Duty vs. Consequentialism (How It Relates To Utilitarianism)
Duty is often associated with the idea of a duty of care, which is a legal obligation imposed on an individual, requiring adherence to a standard of
reasonable care to avoid careless acts that could foreseeably harm others.

Consequentialism, on the other hand, is a class of normative, teleological ethical theories that holds that the consequences of one’s conduct are the
ultimate basis for judgement about the rightness or wrongness of that conduct.

Utilitarianism is a specific form of consequentialism, developed by the philosophers Jeremy Bentham and John Stuart Mill. Utilitarianism asserts that an
action is right if it tends to promote happiness or pleasure and wrong if it tends to produce unhappiness or pain—not just for the performer of the action
but also for everyone else affected by it. In the context of the Doctrine of Duty, these theories intertwine. If something is intrinsically valuable (as per
utilitarianism), one has the duty (as per the doctrine of duty) to maximise it, considering the overall consequences (as per consequentialism). This interplay
forms the basis of the Doctrine of Duty.

Jeremy Bentham (With Counter-Arguments)
Bentham’s Definition of Utilitarianism
Jeremy Bentham, an English philosopher and social reformer, is often regarded as the founder of modern utilitarianism. Utilitarianism is a moral theory
that argues that actions should be judged right or wrong to the extent they increase or decrease human well-being or 'utility’.

Bentham sees happiness, or ‘utilitas’, as intrinsically valuable and the ultimate goal of all human actions. This belief stems from his hedonistic perspective,
where all behaviour is motivated by the pursuit of pleasure and avoidance of pain. Happiness is directly experienced by the individual as valuable, and its
normative value needs no additional justification.

The Utility Principle and the Felicific/Hedonistic Calculus
Utility Principle: Bentham formulates the utility principle, asserting that the moral action is one that maximises happiness for the greatest number. He
includes principles of equality, emphasising that everybody’s happiness should count equally. This principle is often summarised as "the greatest happiness
for the greatest number". Bentham introduces the principle of the "greatest happiness principle," which suggests that individuals and legislators should aim
to maximise happiness for the greatest number of people.

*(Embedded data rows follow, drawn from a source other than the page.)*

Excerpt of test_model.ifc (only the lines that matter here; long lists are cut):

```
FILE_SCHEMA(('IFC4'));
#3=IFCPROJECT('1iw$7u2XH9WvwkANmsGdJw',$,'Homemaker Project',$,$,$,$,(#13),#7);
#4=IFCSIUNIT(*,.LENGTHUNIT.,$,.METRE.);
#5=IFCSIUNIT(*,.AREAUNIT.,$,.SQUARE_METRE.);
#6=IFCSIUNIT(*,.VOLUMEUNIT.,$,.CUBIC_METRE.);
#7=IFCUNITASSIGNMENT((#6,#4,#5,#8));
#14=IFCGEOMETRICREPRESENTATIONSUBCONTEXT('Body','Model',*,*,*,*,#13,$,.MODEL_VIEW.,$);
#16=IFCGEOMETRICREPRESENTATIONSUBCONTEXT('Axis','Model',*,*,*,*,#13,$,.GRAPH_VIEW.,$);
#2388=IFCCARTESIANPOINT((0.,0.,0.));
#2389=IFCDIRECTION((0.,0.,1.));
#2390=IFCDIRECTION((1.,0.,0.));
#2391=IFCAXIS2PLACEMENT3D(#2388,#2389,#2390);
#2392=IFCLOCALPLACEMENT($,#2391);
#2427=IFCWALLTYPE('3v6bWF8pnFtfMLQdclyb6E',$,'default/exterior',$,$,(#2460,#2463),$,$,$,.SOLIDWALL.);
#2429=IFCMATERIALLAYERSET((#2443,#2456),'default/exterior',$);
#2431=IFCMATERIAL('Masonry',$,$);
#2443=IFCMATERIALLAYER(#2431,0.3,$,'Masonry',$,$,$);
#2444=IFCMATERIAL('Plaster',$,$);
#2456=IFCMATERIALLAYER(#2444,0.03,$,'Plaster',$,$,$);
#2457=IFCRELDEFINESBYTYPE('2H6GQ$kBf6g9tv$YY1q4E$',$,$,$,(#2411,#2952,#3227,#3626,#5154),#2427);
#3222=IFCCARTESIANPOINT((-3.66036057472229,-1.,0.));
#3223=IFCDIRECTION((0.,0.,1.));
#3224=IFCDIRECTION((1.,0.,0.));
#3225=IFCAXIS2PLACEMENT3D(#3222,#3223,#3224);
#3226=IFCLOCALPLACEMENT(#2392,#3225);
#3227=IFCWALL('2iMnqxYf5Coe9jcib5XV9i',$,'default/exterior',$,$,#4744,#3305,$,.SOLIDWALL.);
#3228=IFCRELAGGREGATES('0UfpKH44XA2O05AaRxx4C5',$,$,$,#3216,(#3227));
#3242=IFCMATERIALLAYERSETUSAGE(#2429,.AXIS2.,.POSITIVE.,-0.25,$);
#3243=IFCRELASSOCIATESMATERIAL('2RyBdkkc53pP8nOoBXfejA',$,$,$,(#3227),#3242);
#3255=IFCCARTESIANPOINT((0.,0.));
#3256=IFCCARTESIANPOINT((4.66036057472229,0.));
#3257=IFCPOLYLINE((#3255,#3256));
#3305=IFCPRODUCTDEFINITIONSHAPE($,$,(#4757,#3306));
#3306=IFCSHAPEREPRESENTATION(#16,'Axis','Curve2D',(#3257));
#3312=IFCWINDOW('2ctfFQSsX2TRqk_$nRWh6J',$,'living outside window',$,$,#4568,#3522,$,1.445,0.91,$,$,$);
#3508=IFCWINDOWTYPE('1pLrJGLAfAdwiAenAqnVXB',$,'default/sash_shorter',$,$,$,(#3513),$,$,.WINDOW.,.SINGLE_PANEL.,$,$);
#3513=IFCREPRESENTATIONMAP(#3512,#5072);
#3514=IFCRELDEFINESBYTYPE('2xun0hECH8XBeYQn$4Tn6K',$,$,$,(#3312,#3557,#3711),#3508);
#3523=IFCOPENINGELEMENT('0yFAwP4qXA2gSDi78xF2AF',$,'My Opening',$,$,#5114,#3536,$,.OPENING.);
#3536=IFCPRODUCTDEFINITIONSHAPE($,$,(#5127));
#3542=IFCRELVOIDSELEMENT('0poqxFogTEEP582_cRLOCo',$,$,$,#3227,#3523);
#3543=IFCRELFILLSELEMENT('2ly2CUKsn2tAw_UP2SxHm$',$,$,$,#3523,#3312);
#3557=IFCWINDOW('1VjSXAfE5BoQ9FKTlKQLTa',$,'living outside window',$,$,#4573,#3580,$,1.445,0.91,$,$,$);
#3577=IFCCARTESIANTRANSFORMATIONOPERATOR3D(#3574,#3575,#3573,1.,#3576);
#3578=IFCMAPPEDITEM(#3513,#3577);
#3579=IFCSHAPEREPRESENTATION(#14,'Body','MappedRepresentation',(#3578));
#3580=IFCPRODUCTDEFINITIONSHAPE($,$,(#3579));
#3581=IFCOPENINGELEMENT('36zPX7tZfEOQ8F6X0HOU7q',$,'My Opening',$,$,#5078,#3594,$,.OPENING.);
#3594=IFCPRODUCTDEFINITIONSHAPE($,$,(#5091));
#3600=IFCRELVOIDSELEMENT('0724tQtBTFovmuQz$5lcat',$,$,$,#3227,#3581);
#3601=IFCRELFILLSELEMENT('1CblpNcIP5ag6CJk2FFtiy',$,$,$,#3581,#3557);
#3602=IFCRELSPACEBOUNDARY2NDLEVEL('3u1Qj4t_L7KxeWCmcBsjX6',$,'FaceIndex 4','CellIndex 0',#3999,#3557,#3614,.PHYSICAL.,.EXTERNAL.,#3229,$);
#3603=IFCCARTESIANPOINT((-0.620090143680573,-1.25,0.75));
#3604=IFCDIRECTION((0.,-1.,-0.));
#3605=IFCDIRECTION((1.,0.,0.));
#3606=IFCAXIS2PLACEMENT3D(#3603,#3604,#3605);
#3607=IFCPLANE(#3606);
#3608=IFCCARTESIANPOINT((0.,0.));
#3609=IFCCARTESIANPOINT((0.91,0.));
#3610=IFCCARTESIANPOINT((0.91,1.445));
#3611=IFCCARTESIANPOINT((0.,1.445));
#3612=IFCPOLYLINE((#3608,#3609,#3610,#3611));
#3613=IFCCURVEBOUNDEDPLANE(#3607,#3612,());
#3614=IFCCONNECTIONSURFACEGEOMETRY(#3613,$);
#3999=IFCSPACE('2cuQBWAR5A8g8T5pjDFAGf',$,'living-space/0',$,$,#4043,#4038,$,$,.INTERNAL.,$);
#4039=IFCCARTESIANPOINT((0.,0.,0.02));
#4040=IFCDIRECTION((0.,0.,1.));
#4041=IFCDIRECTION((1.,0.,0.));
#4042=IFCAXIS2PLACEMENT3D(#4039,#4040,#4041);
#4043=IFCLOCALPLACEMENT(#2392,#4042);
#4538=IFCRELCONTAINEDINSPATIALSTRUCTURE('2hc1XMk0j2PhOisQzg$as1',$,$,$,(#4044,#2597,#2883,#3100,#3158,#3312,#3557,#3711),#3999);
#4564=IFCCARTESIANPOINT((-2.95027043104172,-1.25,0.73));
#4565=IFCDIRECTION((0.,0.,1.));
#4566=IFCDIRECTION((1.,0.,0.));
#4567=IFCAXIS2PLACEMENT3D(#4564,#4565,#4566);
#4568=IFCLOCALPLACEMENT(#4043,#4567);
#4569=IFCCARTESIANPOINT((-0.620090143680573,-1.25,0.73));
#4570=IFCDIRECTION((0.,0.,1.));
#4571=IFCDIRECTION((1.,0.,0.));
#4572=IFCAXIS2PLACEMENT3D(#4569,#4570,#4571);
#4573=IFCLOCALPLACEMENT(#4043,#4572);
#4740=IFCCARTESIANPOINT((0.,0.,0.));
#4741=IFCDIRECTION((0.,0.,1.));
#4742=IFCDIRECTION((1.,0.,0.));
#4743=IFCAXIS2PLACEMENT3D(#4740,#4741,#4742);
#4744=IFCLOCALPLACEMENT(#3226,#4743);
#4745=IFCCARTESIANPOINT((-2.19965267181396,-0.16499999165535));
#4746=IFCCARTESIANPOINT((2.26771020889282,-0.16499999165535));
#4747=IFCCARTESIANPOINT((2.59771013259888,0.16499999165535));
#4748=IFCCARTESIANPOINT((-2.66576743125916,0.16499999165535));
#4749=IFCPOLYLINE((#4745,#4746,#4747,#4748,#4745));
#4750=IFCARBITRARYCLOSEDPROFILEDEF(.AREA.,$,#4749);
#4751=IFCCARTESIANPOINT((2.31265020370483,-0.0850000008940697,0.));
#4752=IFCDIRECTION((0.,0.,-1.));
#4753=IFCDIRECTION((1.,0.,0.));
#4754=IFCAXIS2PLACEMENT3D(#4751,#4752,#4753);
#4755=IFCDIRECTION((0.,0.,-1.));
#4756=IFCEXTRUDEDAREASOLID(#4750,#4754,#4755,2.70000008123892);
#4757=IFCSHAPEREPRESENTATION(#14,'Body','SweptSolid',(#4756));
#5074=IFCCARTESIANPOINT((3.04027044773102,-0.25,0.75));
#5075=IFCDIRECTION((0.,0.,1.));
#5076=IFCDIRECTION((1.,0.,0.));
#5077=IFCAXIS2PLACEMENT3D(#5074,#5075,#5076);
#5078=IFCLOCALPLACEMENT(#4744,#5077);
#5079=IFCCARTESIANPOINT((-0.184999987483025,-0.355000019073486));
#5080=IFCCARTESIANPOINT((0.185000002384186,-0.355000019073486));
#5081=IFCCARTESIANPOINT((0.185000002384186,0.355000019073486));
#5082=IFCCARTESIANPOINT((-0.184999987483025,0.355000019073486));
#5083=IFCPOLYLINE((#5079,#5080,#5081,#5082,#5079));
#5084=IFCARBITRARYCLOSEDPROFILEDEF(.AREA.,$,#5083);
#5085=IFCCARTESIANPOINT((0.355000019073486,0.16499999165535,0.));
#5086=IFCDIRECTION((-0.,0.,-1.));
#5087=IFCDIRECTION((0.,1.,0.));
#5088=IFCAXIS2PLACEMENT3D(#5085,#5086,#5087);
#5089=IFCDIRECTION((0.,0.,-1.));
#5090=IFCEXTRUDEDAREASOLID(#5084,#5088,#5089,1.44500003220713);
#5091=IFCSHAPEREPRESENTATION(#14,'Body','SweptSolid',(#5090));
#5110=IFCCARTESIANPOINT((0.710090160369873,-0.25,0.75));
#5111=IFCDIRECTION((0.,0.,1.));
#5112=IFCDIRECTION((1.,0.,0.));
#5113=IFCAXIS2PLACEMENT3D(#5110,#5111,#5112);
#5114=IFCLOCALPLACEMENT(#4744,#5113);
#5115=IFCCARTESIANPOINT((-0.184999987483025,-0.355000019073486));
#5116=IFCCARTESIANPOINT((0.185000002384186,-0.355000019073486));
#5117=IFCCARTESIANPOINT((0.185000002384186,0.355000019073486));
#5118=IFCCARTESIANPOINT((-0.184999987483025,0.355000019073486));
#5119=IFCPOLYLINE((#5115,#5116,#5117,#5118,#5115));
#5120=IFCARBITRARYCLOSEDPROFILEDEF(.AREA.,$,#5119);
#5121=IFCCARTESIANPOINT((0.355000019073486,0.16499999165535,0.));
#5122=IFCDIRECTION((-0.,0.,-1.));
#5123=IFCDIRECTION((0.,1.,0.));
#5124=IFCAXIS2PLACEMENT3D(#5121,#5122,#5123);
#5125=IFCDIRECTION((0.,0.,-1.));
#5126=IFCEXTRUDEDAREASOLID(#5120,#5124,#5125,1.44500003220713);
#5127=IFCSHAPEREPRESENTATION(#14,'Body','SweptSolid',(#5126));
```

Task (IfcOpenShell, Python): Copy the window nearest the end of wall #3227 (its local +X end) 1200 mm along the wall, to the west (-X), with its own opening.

```python
import numpy as np
import ifcopenshell
import ifcopenshell.api.feature
import ifcopenshell.api.geometry
import ifcopenshell.api.root
import ifcopenshell.geom
import ifcopenshell.util.element
import ifcopenshell.util.placement
import ifcopenshell.util.shape
import ifcopenshell.util.unit

model = ifcopenshell.open("test_model.ifc")
unit_scale = ifcopenshell.util.unit.calculate_unit_scale(model)
settings = ifcopenshell.geom.settings()


def volume(element):
    """Net volume in cubic metres, openings subtracted."""
    shape = ifcopenshell.geom.create_shape(settings, element)
    return ifcopenshell.util.shape.get_volume(shape.geometry)


window = model.by_guid("1VjSXAfE5BoQ9FKTlKQLTa")
opening = window.FillsVoids[0].RelatingOpeningElement
wall = opening.VoidsElements[0].RelatingBuildingElement
before = volume(wall)
shift = ifcopenshell.util.placement.get_local_placement(wall.ObjectPlacement)[:3, 0] * -1.2 / unit_scale

# copy_class copies the void relationship, type, container and properties, but no geometry.
new_opening = ifcopenshell.api.root.copy_class(model, product=opening)
new_opening.Representation = ifcopenshell.util.element.copy_deep(
    model, opening.Representation, exclude=["IfcGeometricRepresentationContext", "IfcRepresentationMap"]
)
new_window = ifcopenshell.api.root.copy_class(model, product=window)
new_window.Representation = ifcopenshell.util.element.copy_deep(
    model, window.Representation, exclude=["IfcGeometricRepresentationContext", "IfcRepresentationMap"]
)
ifcopenshell.api.feature.add_filling(model, opening=new_opening, element=new_window)

for old, new in ((opening, new_opening), (window, new_window)):
    matrix = ifcopenshell.util.placement.get_local_placement(old.ObjectPlacement)
    matrix[:3, 3] += shift
    ifcopenshell.api.geometry.edit_object_placement(model, product=new, matrix=matrix, is_si=False)

# The copied space boundaries still share their surfaces with the original.
for rel in new_window.ProvidesBoundaries:
    if rel.ConnectionGeometry:
        rel.ConnectionGeometry = ifcopenshell.util.element.copy_deep(model, rel.ConnectionGeometry)

# Space boundary surfaces are stored in each space's coordinates; move them too.
for rel in new_window.ProvidesBoundaries:
    if not rel.ConnectionGeometry:
        continue
    surface = rel.ConnectionGeometry.SurfaceOnRelatingElement.BasisSurface
    space_matrix = ifcopenshell.util.placement.get_local_placement(rel.RelatingSpace.ObjectPlacement)
    point = np.array(surface.Position.Location.Coordinates) + space_matrix[:3, :3].T @ shift
    surface.Position = model.createIfcAxis2Placement3D(
        model.createIfcCartesianPoint(point.tolist()), surface.Position.Axis, surface.Position.RefDirection
    )

after = volume(wall)

print(f"wall volume {before:.3f} -> {after:.3f} m3")

model.write("test_model_v2.ifc")
```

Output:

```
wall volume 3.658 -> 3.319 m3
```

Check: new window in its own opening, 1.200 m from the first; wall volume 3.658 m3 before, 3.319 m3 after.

Felicific Calculus: Bentham emphasises the quantifiability of pleasure and pain, proposing a utilitarian calculus known as the "felicific calculus”. This
calculus attempts to measure the intensity, duration, certainty, propinquity, fecundity, purity, and extent of pleasure or pain caused by an action to
determine its moral worth.

Hedonistic Calculus: Bentham also discusses the idea of “hedonistic calculus”, which measures pleasure and pain in terms of their intensity and duration.
He argues that the pursuit of pleasure and the avoidance of pain are the driving forces behind human behaviour, and therefore, these elements should
guide ethical decision-making.

Mill’s Take on Bentham’s Utility
John Stuart Mill, a prominent British philosopher and political economist, refined the concept of utilitarianism, originally proposed by Jeremy Bentham.
Mill’s utilitarianism focuses more on general happiness and distinguishes between different types of pleasures. He argues that pleasures derived from
intellectual, moral, and emotional faculties (e.g., reading a difficult book) are more valuable and have a higher utility value than mere physical or sensual
pleasures (e.g., watching TV). This leads to a qualitative distinction between pleasures.

Mill broadens the concept of utility to include not just the promotion of happiness, but also the prevention of unhappiness. He introduces the idea that
choosing personal unhappiness can lead to happiness in others, as seen in the case of martyrs. In his view, the motive of an action is separate from the
morality of the action, meaning that intentions are irrelevant. He also contends that a small evil can be justified for the greater good.